I'm so glad you asked.

It's all because of that dude I worked with a couple of years ago, who I shall call Joe.

One day at lunch, Joe and I were discussing teachering, and writing, and reading, and fun stuff like that (he was a poet; I kid you not). Then he said these words:

"My grade 11 English teacher changed my life."

This is why I am knitting. Because I want, with all my soul, to be the teacher who changes some kid's life. I want one of my kids, my adolescent, crazy, silly, wonderful students, who howl with mirth when they hear the word "abutment," to look back and say "I am who I am today because of her."

But part of my first year teaching includes an evaluation process, which has just begun, and which is scaring me half to death. Not because I'm doing anything awful in my class (we do human sacrifices in the second semester) or because my principal is evil (he is, in fact, so good at his job that I think he should be cloned for the betterment of the human race) but because I want so badly to be someone who is good at this teaching gig, who changes the course of a student's life, that I can't bear to think that a person I respect very much indeed will be looking at my teaching and saying "hmmmmm.... well, I guess she's got some potential."

Knitting is easy compared to this. Knitting is a couple of stitches, a bit of yarn, the right-sized needles and the ability to read. Knitting is something that you can screw up six ways from Sunday and still end up with a product that is vaguely useful. Your sweater will not say to you "I hate English because of you." The mittens that you knit will not inflict third-degree burns on their wearers, or force them to despise poetry for the rest of their days. That scarf will never remember the hurtful remark you made without even thinking; the cardigan will not ever want to burn you in effigy.

Worst case scenario? If you screw up your knitting, you rip it back and start again.

I'm knitting up a storm this weekend because knitting is easy. But teaching? Teaching is hard.

Monday, October 20, 2008

Because I would hate to keep you in suspense.

The conference was very good -- it was in fact offered by the union and not the board, so the jargon (while still present) was a whole new kind.

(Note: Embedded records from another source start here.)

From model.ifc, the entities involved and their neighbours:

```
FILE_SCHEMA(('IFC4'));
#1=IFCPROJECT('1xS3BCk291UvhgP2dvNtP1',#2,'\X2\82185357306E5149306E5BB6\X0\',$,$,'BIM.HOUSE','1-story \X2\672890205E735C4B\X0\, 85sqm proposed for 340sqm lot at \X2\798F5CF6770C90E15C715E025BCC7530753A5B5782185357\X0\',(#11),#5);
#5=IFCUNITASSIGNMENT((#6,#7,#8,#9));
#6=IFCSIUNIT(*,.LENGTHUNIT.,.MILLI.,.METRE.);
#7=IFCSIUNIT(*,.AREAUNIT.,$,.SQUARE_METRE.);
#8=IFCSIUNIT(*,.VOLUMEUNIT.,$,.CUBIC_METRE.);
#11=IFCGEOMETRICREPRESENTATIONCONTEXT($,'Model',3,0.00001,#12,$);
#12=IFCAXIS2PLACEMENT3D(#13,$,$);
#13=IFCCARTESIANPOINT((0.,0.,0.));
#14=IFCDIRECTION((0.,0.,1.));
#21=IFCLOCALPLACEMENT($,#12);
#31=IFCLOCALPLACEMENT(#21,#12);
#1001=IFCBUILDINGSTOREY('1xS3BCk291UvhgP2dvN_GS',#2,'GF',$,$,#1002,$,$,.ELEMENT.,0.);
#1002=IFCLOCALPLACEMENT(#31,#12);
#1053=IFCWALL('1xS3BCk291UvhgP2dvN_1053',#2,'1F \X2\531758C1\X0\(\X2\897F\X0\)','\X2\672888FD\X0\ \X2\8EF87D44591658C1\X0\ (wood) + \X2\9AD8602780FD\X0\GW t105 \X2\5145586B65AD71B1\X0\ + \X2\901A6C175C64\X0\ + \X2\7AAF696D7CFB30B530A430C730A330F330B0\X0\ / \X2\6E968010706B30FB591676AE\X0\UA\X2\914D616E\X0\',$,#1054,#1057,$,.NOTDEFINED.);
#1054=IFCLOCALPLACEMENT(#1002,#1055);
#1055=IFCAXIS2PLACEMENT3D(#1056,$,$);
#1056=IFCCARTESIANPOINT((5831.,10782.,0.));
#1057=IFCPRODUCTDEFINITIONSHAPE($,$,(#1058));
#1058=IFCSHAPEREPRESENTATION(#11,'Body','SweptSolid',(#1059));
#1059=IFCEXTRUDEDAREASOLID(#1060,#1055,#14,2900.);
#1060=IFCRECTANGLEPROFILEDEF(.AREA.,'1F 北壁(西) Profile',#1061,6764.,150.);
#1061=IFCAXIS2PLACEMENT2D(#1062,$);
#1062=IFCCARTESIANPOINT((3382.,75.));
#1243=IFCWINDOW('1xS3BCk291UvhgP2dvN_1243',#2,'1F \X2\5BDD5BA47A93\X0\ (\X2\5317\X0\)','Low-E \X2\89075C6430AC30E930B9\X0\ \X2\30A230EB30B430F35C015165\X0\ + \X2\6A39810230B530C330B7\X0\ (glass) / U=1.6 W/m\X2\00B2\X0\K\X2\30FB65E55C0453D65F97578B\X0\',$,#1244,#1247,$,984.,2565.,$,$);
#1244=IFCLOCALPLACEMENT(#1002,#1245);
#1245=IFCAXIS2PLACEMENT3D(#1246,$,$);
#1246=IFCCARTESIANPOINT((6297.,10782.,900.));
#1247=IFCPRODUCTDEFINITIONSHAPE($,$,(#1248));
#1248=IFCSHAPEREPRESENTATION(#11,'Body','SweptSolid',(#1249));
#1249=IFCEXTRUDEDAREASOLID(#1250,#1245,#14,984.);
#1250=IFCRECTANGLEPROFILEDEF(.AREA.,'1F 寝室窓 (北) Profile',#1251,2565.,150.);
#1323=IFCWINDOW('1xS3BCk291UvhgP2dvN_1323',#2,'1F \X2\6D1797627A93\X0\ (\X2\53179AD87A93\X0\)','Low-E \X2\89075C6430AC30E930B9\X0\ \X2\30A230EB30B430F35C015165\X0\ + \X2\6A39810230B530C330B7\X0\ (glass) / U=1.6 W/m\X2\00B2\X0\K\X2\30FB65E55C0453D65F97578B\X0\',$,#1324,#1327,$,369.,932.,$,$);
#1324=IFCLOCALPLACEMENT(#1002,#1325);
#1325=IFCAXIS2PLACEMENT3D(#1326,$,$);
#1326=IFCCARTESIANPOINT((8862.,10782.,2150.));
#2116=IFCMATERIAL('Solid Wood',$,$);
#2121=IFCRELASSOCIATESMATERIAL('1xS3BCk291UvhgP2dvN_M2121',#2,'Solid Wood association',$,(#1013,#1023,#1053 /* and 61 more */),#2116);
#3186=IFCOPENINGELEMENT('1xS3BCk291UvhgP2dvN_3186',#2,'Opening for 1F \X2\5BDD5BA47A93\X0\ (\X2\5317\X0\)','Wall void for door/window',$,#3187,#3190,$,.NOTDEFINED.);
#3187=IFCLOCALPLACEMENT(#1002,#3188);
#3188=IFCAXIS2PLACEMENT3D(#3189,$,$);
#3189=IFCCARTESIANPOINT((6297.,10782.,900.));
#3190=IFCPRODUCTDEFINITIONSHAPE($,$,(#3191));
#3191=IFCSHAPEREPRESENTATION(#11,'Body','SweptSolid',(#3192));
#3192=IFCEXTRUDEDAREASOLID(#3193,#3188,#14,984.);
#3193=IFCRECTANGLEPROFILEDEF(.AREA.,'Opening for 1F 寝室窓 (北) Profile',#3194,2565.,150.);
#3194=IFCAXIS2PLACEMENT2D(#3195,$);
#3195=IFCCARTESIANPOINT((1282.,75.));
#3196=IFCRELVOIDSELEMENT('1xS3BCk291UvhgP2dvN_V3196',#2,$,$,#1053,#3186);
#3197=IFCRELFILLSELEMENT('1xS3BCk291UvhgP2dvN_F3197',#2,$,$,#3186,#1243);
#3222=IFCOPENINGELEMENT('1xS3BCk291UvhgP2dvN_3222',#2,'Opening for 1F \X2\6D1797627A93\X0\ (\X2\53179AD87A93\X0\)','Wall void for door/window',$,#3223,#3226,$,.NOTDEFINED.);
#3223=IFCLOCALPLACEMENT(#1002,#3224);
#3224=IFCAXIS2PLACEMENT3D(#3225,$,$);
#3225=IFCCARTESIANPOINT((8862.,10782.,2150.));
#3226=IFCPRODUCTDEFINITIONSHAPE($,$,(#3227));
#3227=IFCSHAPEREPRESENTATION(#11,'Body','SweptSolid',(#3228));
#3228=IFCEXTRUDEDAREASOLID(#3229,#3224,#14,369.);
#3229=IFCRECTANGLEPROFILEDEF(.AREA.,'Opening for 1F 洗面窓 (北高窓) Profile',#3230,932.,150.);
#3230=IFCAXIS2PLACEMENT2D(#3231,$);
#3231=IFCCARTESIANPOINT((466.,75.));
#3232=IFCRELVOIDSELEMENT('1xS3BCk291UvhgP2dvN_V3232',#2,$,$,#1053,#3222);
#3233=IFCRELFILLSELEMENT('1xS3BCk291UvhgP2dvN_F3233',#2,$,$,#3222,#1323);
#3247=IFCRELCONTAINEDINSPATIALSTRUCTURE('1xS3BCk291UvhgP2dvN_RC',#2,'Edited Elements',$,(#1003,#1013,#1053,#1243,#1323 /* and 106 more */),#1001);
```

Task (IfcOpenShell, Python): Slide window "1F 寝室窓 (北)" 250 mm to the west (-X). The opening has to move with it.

```python
import ifcopenshell
import ifcopenshell.api.geometry
import ifcopenshell.util.placement
import ifcopenshell.util.unit

model = ifcopenshell.open("model.ifc")
unit_scale = ifcopenshell.util.unit.calculate_unit_scale(model)

window = model.by_guid("1xS3BCk291UvhgP2dvN_1243")
opening = window.FillsVoids[0].RelatingOpeningElement
wall = opening.VoidsElements[0].RelatingBuildingElement

wall_matrix = ifcopenshell.util.placement.get_local_placement(wall.ObjectPlacement)
shift = wall_matrix[:3, 0] * -0.25 / unit_scale
before = ifcopenshell.util.placement.get_local_placement(window.ObjectPlacement)[:3, 3].copy()

# The window is not placed relative to its opening, so move both.
for product in (opening, window):
    matrix = ifcopenshell.util.placement.get_local_placement(product.ObjectPlacement)
    matrix[:3, 3] += shift
    ifcopenshell.api.geometry.edit_object_placement(model, product=product, matrix=matrix, is_si=False)

after = ifcopenshell.util.placement.get_local_placement(window.ObjectPlacement)[:3, 3]
print("window moved by", (after - before).round(3) + 0.0)

model.write("model-out.ifc")
```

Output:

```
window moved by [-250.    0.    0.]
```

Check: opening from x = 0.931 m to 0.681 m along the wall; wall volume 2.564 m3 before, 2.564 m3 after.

It was sort of refreshing, to have some new jargon.

So I hung out with my colleague (who kept a handout for me from the Saturday session, bless her heart) and met up with some people from teacher school and learned about a dozen new things and generally had a chance to sit and be talked to.

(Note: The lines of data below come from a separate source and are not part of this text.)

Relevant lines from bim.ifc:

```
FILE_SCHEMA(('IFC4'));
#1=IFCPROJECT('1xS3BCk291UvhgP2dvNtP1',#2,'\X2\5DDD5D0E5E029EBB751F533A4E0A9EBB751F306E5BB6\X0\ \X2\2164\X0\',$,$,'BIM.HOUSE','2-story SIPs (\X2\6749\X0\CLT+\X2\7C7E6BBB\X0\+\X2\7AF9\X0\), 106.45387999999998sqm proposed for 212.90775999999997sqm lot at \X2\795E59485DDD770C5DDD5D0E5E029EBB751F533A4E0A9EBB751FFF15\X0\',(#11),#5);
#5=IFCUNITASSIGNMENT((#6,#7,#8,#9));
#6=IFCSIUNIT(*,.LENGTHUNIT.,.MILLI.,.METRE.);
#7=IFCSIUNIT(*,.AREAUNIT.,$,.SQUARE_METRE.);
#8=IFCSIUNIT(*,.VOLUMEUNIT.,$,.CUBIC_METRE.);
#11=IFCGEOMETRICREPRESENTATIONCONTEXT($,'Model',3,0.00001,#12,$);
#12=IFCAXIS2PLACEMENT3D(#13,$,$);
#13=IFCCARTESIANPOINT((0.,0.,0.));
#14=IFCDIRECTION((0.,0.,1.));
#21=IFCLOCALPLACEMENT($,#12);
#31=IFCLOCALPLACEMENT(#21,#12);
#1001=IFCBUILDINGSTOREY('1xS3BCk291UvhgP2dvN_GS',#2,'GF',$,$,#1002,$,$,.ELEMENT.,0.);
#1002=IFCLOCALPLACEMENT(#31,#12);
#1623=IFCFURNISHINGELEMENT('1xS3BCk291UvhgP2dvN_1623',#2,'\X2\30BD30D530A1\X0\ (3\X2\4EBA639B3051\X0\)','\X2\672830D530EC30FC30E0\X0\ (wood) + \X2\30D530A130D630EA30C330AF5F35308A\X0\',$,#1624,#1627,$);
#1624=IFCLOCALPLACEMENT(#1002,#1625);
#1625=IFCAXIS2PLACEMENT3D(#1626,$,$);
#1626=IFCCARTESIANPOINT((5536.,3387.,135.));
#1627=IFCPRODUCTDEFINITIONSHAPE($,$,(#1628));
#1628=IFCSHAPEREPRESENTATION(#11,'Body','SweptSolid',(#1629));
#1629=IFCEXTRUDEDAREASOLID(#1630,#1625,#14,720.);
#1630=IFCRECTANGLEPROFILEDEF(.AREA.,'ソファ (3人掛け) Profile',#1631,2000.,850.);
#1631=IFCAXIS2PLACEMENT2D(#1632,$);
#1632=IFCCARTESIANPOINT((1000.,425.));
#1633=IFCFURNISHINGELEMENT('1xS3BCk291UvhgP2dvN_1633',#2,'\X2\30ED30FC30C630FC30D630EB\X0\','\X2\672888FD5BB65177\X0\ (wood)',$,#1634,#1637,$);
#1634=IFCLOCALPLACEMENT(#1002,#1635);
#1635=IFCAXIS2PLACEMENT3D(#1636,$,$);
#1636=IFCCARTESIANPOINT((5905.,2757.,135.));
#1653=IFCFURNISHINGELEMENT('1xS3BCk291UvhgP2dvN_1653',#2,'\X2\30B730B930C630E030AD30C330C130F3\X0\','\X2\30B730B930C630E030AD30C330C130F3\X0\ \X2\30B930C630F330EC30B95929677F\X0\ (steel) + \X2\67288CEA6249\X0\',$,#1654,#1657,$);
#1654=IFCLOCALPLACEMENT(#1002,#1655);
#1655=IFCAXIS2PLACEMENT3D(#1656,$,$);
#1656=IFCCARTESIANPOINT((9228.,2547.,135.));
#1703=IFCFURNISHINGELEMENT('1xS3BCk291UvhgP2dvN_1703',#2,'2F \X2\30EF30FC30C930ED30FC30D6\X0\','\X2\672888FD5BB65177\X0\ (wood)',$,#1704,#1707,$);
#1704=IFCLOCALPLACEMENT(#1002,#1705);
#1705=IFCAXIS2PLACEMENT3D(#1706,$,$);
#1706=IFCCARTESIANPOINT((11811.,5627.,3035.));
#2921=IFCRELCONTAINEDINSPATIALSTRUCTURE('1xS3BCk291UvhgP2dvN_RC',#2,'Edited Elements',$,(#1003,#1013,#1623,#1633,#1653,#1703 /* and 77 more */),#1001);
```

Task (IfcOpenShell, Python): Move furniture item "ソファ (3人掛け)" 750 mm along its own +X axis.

```python
import ifcopenshell
import ifcopenshell.api.geometry
import ifcopenshell.util.placement
import ifcopenshell.util.unit

model = ifcopenshell.open("bim.ifc")
unit_scale = ifcopenshell.util.unit.calculate_unit_scale(model)

item = model.by_guid("1xS3BCk291UvhgP2dvN_1623")
matrix = ifcopenshell.util.placement.get_local_placement(item.ObjectPlacement)
matrix[:3, 3] += matrix[:3, 0] * 0.75 / unit_scale
ifcopenshell.api.geometry.edit_object_placement(model, product=item, matrix=matrix, is_si=False)

print(ifcopenshell.util.placement.get_local_placement(item.ObjectPlacement).round(3) + 0.0)

model.write("bim_edited.ifc")
```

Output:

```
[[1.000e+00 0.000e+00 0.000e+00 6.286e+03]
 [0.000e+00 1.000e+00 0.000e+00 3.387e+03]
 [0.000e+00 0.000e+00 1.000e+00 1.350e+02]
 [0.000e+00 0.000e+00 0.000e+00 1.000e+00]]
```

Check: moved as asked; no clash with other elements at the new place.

A good time was had by all.

Also, I thought I would tell you that when I become a hermit (not IF, but WHEN), this is where I am going to do it:
http://www.wired.com/techbiz/people/magazine/16-10/ff_walker?currentPage=all

Sunday, October 19, 2008

The view a year later

I wrote this last year when I was just starting my practicum: it seems somehow oddly applicable here.

September 21, 2007

I have these dreams. I wake up (last time it was 3:17 am) in a literal cold sweat, thinking about teaching. I dream that I’m in front of a class and I can’t get their attention. I dream that the big kid in the back is threatening me and there’s not a damn thing I can do about it. I dream that my students fail, miserably, because I told them the wrong thing. I remember that someone very important to me said they wouldn’t be surprised if I’m one of those teachers who burn out in the first five years. I think of the thousands of dollars I have to repay in student loans, I think that my training as a writer and editor means I’m essentially unemployable, I think that I’ve spent the best earning years of my life, the time I should have spent solidifying my career, farting around in art school and then learning how to teach when I have no business being in a school.

I think of the horror stories I’ve heard about how hard the first year is. I think of how hard I’ve been working this week, just coming up with one unit plan for one class. I remember that I snapped at my son the other day because he was chattering about something while I was trying to figure out how I would grade this short story critique. I remember the bottle of Pepto-Bismol, which I now keep in the kitchen for easy access, and how the level has gone down in the last few days, even though I’m still scalding with heartburn in the middle of the night.

Someone refered to the thoughts we have in the middle of the night as 3 AM psychosis. It doesn’t feel psychotic at three in the morning, it feels real. (I try to remember those nights when I nursed my baby, and the grand plans and crazy fears that assailed me then. It seems very far away.)

But eventually I get back to sleep, and soon it’s morning. I make sure everyone has what they need (breakfast eaten, teeth brushed, lunches packed according to preference and facilities available, dog has been out and come back in, dog’s water dish is full, beds are made, we are all appropriately attired and well-shod, the boy’s agenda has been checked, library books are tucked in the bag, I have the books and materials I need, wallet, sunglasses, keys) and off I go.

And here’s the funny part. I walk in the front door of the school and I smell that school smell (floor polish, dust, books, eau de Adolescence, feet, Essence of Large Public Building) and get into the classroom and a kid comes up to me as soon as I’ve put my bag down and asks me a question about how to write a thesis statement and I think:

Oh. It’s alright then, after all. It was just a dream.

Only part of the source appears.